Task goal |
Look for "IFCREPRESENTATIONMAP" in each line of the entries, and return the matching lines.

Source information |
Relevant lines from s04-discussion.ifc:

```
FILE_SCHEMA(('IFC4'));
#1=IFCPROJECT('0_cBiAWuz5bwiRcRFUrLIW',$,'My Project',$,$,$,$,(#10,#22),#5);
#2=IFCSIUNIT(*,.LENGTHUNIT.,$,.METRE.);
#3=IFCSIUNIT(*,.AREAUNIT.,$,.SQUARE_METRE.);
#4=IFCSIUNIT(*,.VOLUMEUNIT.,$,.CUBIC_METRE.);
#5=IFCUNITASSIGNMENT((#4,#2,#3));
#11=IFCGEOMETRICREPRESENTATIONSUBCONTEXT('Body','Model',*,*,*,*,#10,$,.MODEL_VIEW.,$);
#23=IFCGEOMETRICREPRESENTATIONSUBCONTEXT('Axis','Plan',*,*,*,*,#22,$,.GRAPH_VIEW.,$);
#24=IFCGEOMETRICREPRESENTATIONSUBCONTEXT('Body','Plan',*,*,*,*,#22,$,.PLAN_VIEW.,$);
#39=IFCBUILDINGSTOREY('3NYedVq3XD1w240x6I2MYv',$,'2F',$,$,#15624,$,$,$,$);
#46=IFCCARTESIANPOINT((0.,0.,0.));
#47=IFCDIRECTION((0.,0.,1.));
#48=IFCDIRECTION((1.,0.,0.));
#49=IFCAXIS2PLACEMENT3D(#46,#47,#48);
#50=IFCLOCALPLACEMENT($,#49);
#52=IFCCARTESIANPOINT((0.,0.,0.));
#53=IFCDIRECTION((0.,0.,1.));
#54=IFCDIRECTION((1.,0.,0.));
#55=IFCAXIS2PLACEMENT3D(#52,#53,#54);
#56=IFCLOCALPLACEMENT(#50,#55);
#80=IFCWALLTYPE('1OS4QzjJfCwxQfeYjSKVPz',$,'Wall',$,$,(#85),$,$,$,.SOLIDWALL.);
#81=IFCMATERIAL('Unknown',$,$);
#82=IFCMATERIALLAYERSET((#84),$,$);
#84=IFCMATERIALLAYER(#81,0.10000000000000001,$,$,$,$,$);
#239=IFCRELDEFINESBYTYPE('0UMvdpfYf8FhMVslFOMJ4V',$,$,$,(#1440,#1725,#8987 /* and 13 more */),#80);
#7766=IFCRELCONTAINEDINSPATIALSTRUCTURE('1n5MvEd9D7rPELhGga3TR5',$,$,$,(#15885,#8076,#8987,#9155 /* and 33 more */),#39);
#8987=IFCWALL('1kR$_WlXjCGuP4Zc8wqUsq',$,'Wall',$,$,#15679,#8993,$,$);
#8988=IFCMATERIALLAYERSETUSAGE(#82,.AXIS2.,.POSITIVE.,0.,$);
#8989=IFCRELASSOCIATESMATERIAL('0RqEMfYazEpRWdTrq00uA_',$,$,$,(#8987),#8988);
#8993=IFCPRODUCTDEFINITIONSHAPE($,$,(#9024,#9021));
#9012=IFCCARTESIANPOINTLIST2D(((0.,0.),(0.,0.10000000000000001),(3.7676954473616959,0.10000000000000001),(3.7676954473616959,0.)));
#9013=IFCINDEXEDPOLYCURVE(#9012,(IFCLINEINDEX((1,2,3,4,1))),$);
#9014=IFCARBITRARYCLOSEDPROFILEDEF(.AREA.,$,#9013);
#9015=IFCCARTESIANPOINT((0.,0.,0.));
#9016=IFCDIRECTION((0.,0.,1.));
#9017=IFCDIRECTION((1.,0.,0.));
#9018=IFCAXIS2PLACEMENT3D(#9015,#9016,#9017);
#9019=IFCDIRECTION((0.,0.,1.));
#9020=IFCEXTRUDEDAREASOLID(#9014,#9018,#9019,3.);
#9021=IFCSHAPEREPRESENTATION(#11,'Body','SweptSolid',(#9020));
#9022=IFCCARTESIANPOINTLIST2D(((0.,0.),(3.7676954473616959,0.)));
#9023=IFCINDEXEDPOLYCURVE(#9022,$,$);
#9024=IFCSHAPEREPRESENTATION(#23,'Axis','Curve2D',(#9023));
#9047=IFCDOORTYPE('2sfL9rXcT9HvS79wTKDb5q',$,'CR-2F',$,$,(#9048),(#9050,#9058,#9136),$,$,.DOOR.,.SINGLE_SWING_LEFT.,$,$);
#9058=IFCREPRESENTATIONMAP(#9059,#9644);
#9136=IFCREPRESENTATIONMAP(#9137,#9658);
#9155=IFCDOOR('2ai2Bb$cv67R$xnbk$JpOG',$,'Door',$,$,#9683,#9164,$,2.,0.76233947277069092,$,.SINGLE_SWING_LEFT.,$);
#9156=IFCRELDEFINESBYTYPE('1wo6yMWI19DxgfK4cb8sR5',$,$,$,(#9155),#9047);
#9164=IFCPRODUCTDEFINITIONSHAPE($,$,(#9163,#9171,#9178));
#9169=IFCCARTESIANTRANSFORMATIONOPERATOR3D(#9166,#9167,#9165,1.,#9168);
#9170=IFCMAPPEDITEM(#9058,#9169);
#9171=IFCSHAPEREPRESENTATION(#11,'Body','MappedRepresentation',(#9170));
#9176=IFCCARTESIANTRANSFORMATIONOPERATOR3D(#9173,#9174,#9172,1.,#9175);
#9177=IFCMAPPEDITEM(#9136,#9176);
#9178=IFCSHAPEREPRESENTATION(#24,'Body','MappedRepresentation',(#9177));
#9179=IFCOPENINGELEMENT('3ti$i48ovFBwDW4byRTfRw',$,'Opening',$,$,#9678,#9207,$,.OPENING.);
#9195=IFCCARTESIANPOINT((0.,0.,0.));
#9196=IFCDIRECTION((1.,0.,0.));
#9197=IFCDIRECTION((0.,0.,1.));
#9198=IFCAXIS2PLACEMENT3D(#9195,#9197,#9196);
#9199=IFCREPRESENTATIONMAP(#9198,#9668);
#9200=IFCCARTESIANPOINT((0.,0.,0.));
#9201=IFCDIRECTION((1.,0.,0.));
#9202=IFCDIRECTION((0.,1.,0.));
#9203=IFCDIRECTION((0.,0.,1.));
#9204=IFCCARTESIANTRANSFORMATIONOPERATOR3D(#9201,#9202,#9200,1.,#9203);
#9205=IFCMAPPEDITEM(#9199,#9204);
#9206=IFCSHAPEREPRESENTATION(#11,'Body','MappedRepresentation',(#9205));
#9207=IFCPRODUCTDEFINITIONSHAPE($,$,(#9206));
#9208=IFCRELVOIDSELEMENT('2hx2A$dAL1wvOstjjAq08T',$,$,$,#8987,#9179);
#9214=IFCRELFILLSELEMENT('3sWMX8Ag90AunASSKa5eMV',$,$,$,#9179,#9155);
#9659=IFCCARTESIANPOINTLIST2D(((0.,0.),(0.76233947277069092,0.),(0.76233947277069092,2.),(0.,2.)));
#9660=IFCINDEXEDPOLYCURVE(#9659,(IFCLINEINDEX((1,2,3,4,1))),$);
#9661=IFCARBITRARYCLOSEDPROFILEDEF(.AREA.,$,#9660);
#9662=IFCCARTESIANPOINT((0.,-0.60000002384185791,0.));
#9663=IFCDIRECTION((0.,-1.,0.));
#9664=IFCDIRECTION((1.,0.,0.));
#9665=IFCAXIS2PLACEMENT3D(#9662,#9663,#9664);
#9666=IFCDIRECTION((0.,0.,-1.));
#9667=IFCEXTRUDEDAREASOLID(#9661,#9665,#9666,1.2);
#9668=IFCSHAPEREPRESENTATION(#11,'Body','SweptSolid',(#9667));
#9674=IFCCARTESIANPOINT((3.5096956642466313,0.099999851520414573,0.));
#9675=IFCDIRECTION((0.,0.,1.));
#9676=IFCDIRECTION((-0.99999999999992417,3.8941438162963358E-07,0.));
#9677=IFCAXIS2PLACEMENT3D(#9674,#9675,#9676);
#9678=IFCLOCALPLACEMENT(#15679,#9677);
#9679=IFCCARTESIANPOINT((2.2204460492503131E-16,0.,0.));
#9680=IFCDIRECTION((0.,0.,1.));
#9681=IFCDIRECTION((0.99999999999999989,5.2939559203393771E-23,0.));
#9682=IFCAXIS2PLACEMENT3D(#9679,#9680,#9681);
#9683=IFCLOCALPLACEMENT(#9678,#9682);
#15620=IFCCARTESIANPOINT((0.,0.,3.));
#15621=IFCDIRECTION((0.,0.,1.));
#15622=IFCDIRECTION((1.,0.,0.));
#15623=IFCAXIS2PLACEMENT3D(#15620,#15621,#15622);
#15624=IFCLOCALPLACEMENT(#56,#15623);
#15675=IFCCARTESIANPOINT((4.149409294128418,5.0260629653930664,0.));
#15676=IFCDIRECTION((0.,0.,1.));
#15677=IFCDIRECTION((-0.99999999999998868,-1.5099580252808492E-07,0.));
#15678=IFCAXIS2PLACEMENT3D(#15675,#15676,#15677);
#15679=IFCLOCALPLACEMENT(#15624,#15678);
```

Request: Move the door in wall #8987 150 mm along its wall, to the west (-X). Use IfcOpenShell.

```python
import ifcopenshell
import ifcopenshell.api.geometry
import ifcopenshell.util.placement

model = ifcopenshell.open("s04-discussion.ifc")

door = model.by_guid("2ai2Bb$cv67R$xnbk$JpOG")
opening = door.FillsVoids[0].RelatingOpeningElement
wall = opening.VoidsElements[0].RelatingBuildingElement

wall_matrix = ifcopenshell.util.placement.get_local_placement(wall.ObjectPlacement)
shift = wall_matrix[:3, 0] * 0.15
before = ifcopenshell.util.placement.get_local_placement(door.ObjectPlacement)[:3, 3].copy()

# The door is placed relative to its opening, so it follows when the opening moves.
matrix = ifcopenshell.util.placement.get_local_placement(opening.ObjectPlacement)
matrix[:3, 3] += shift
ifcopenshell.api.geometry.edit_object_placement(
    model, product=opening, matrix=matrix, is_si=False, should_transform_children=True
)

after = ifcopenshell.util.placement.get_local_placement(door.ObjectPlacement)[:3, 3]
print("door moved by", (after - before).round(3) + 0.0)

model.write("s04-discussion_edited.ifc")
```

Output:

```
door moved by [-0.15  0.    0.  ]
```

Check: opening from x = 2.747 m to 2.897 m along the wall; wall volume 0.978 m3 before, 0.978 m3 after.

---

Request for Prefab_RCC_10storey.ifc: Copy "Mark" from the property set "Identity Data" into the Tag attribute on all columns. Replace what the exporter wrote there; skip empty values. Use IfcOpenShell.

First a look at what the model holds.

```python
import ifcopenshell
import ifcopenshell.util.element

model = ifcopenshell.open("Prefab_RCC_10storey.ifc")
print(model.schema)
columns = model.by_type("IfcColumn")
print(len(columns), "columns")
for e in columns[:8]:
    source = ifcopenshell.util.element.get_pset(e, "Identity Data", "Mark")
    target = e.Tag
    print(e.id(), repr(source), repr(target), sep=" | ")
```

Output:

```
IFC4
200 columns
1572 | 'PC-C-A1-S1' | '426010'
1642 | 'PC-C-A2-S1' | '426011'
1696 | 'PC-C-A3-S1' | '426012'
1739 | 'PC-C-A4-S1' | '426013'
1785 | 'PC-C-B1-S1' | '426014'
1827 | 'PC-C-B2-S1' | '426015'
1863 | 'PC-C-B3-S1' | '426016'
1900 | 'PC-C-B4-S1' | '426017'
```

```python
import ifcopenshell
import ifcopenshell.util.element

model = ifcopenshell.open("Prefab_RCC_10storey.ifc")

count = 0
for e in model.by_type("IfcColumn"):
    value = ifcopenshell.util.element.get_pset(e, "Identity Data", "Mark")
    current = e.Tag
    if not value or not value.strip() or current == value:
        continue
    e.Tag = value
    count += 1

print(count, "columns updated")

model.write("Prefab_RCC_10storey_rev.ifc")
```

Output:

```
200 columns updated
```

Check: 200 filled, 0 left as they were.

Solution |
#9058=IFCREPRESENTATIONMAP(#9059,#9644);
#9136=IFCREPRESENTATIONMAP(#9137,#9658);
#9199=IFCREPRESENTATIONMAP(#9198,#9668);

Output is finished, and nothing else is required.